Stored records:
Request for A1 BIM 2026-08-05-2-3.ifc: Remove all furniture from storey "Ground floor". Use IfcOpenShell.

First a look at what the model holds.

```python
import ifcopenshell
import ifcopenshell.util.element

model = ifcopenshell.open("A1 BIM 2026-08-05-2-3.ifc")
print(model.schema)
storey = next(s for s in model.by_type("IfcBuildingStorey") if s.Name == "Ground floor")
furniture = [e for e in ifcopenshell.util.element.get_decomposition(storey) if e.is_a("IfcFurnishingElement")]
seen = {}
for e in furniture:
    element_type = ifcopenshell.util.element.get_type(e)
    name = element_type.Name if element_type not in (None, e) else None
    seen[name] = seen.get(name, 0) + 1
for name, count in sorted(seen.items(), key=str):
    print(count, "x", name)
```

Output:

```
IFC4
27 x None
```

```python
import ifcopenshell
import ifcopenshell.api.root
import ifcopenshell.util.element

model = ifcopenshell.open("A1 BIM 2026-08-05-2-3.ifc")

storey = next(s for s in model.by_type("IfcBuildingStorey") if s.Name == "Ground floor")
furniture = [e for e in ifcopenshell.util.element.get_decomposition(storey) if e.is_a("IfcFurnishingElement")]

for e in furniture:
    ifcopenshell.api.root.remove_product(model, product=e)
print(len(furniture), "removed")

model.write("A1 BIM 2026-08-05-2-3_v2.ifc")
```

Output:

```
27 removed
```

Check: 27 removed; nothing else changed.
---
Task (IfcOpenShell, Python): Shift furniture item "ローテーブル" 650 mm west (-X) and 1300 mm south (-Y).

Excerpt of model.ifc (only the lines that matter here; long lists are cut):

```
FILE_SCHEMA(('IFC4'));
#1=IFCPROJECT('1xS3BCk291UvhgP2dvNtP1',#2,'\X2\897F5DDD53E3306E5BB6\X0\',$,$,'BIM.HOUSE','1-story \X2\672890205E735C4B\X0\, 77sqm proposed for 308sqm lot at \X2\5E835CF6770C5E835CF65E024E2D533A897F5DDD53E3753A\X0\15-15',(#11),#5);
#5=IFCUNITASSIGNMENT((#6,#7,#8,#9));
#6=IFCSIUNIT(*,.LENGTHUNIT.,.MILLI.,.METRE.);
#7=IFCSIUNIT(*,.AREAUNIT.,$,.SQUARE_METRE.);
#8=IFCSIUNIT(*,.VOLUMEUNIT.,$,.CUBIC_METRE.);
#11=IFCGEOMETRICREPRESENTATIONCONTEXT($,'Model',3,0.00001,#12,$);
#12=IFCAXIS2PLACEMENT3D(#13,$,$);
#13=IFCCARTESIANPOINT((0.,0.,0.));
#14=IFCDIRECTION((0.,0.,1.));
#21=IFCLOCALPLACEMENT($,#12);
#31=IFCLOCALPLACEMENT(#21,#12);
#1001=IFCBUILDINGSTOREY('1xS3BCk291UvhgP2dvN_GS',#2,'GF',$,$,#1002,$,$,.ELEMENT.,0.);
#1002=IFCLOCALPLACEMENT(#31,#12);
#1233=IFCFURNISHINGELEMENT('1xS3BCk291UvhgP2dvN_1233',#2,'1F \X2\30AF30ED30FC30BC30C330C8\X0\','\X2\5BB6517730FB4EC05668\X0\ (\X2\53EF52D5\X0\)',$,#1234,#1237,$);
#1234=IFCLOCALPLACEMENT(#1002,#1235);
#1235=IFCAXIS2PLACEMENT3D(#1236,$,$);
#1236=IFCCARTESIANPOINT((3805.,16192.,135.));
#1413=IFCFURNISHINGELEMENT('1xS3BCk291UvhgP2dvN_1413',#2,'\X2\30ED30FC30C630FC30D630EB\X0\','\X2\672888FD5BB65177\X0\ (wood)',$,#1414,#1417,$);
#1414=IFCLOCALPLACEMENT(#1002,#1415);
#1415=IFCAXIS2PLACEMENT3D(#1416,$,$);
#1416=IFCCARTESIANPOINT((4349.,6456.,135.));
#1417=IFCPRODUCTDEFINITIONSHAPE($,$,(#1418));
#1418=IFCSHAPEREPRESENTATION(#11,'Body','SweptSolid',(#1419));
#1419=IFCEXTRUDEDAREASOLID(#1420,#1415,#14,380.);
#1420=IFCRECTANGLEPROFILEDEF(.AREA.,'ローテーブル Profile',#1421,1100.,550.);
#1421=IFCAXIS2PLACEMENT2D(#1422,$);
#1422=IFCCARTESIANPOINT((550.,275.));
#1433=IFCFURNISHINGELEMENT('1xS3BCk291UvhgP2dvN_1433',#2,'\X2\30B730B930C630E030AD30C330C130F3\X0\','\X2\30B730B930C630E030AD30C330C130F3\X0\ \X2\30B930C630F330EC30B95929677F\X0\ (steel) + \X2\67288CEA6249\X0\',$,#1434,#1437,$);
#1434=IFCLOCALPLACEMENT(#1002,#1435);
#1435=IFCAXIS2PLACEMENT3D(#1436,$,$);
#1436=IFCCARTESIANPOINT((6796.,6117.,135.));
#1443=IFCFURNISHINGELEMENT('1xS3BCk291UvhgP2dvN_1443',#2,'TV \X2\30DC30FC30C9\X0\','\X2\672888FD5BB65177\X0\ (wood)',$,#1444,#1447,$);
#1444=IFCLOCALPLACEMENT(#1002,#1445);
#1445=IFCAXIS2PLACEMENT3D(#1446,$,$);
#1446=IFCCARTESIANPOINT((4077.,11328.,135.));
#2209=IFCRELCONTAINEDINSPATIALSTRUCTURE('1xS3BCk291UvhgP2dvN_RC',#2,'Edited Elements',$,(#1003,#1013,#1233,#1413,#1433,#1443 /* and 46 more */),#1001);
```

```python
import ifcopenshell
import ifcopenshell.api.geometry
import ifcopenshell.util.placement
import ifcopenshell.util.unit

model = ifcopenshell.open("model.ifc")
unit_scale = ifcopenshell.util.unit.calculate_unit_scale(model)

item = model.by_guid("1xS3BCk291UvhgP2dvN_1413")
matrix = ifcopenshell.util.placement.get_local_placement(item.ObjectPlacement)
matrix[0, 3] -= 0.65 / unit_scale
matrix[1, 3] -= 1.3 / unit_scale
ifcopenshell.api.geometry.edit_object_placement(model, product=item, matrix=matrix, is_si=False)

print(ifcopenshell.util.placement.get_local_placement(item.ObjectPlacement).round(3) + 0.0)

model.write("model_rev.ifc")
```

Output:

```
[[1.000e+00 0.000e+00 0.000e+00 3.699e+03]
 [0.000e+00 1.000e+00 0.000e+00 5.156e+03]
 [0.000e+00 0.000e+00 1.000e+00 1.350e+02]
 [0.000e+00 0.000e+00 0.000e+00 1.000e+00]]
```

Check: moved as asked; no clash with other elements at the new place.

- **WHAT IS NEEDED**:
Search the entries above for "IFCCARTESIANPOINT". Return every line that has it.

- **ANSWER BOX**:
#13=IFCCARTESIANPOINT((0.,0.,0.));
#1236=IFCCARTESIANPOINT((3805.,16192.,135.));
#1416=IFCCARTESIANPOINT((4349.,6456.,135.));
#1422=IFCCARTESIANPOINT((550.,275.));
#1436=IFCCARTESIANPOINT((6796.,6117.,135.));
#1446=IFCCARTESIANPOINT((4077.,11328.,135.));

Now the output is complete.